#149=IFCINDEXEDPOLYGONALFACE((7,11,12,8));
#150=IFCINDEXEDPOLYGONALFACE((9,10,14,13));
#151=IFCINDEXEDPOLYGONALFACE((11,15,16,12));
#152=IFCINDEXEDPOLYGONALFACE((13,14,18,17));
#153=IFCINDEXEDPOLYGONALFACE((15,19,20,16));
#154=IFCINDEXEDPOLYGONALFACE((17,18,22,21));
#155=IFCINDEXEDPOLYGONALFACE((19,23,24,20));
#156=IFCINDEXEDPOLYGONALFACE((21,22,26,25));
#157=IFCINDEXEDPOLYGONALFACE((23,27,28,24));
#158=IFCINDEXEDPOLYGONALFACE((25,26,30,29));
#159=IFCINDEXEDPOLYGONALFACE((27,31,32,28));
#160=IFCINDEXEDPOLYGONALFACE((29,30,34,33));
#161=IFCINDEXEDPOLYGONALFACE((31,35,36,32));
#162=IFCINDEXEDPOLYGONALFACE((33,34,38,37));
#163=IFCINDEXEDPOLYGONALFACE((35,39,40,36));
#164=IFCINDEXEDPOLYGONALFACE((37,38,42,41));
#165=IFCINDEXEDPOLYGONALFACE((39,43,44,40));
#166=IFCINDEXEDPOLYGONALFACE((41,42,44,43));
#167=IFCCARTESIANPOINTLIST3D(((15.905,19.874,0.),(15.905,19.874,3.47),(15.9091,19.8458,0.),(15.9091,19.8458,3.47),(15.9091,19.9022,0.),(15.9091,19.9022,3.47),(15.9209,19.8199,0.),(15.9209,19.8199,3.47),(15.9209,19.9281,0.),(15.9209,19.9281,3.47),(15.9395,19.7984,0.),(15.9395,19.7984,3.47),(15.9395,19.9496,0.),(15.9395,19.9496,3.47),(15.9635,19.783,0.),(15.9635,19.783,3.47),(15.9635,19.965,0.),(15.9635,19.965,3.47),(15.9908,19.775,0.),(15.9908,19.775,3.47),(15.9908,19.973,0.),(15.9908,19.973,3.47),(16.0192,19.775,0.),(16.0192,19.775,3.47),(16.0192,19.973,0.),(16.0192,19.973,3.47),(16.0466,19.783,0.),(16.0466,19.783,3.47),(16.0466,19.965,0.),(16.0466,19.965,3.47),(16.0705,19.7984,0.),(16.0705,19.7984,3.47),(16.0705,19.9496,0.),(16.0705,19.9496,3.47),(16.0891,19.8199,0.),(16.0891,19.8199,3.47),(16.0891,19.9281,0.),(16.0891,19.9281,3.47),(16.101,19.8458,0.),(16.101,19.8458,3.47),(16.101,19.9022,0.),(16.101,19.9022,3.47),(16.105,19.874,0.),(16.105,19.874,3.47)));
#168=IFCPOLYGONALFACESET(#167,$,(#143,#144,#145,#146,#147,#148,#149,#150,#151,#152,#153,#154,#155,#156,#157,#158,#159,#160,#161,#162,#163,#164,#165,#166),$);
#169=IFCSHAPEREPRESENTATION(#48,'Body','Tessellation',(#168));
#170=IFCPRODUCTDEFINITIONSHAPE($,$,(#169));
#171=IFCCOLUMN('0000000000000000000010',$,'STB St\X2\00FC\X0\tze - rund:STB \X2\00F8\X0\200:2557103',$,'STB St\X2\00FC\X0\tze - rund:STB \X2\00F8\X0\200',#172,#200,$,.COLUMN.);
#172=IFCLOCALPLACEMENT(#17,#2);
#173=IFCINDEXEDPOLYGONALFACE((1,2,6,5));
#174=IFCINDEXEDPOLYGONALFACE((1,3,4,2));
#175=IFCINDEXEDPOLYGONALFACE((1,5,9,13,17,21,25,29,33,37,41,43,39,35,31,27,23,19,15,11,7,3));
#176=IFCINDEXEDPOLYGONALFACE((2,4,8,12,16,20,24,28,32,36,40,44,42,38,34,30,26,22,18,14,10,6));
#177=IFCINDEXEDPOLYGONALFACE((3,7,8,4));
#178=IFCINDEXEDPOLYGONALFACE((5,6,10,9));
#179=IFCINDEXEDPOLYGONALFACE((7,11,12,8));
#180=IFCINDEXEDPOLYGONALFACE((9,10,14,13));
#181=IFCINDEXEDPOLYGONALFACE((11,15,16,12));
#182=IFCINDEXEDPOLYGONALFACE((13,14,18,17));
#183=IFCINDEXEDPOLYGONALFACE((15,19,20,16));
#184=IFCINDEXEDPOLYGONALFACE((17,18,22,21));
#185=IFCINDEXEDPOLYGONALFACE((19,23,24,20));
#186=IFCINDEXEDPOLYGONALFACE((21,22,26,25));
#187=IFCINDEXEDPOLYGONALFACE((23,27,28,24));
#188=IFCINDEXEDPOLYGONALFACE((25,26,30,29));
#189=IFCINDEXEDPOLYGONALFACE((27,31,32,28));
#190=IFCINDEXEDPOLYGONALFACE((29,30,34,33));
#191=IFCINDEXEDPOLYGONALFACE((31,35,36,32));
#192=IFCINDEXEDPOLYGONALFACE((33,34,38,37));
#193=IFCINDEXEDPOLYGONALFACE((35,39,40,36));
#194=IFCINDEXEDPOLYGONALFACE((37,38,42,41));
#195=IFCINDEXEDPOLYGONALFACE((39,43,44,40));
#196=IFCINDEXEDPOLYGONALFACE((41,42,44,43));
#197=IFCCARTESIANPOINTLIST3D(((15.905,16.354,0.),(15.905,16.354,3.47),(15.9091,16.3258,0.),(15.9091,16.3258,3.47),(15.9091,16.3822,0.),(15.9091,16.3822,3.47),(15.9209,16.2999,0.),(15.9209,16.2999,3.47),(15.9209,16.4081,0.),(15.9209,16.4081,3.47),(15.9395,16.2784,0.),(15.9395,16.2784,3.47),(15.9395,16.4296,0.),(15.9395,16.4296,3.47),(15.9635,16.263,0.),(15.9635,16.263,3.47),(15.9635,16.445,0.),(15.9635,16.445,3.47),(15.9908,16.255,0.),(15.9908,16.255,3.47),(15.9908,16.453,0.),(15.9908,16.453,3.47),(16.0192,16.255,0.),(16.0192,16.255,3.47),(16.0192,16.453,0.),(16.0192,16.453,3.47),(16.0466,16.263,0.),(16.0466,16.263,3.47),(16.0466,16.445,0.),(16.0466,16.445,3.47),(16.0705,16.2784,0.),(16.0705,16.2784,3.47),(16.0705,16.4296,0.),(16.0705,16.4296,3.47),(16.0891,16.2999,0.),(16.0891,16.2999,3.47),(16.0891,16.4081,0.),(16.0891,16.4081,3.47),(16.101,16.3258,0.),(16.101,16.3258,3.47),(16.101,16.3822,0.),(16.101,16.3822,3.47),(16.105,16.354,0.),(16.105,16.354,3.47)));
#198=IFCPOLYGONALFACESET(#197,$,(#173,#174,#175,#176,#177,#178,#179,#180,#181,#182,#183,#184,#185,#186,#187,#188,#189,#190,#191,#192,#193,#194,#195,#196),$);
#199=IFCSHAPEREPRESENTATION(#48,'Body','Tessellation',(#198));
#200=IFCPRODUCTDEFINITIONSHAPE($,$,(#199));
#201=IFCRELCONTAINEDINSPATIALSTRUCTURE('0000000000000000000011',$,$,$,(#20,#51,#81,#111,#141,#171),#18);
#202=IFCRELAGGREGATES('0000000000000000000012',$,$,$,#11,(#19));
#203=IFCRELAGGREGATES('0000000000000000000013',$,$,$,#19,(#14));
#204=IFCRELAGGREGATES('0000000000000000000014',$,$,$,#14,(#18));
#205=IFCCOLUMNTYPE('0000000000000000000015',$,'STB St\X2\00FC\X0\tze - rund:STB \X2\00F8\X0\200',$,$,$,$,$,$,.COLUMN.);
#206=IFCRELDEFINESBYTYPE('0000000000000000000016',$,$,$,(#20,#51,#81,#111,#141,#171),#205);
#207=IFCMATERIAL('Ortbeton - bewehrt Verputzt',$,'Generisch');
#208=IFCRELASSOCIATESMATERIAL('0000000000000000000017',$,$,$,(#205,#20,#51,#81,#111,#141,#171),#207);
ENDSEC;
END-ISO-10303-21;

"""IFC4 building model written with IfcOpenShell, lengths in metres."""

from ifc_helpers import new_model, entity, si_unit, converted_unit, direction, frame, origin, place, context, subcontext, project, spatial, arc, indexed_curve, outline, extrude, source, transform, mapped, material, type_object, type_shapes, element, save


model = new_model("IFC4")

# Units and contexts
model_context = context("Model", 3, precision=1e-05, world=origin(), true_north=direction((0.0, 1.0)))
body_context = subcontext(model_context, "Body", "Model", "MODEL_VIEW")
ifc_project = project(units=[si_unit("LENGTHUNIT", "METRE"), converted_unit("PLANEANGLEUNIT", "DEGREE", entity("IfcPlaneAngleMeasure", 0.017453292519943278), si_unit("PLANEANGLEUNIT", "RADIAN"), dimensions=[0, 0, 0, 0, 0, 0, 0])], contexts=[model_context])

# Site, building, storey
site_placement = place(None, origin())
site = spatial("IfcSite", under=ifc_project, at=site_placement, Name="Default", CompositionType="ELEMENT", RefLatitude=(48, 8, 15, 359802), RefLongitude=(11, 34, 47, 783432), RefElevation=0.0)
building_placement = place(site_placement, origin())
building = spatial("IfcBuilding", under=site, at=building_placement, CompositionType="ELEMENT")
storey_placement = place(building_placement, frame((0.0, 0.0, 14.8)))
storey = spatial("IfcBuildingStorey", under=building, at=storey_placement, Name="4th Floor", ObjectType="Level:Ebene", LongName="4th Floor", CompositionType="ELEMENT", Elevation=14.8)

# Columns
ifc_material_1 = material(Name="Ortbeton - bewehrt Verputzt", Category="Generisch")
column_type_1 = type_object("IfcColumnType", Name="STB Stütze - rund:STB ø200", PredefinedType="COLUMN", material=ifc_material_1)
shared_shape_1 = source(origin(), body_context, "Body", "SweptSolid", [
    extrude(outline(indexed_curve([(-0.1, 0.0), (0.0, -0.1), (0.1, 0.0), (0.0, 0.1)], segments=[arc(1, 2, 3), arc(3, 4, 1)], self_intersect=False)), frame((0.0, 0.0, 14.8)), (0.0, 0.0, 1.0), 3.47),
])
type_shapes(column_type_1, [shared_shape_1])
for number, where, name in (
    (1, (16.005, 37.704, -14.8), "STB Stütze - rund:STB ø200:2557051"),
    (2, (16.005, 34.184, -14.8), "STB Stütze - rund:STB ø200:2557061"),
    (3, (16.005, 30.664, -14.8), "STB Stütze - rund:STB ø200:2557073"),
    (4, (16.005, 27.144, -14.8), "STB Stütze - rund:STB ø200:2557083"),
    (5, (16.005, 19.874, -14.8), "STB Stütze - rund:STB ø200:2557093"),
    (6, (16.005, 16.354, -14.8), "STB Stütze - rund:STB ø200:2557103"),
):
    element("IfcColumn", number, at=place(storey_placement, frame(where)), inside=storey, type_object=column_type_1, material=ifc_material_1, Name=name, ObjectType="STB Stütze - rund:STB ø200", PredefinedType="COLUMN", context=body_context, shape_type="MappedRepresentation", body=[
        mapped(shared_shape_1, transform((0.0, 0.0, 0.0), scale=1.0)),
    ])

::::

Whenever the string "Generisch" shows up in a line of the records, copy that line.

Result of this exercise —
#207=IFCMATERIAL('Ortbeton - bewehrt Verputzt',$,'Generisch');
ifc_material_1 = material(Name="Ortbeton - bewehrt Verputzt", Category="Generisch")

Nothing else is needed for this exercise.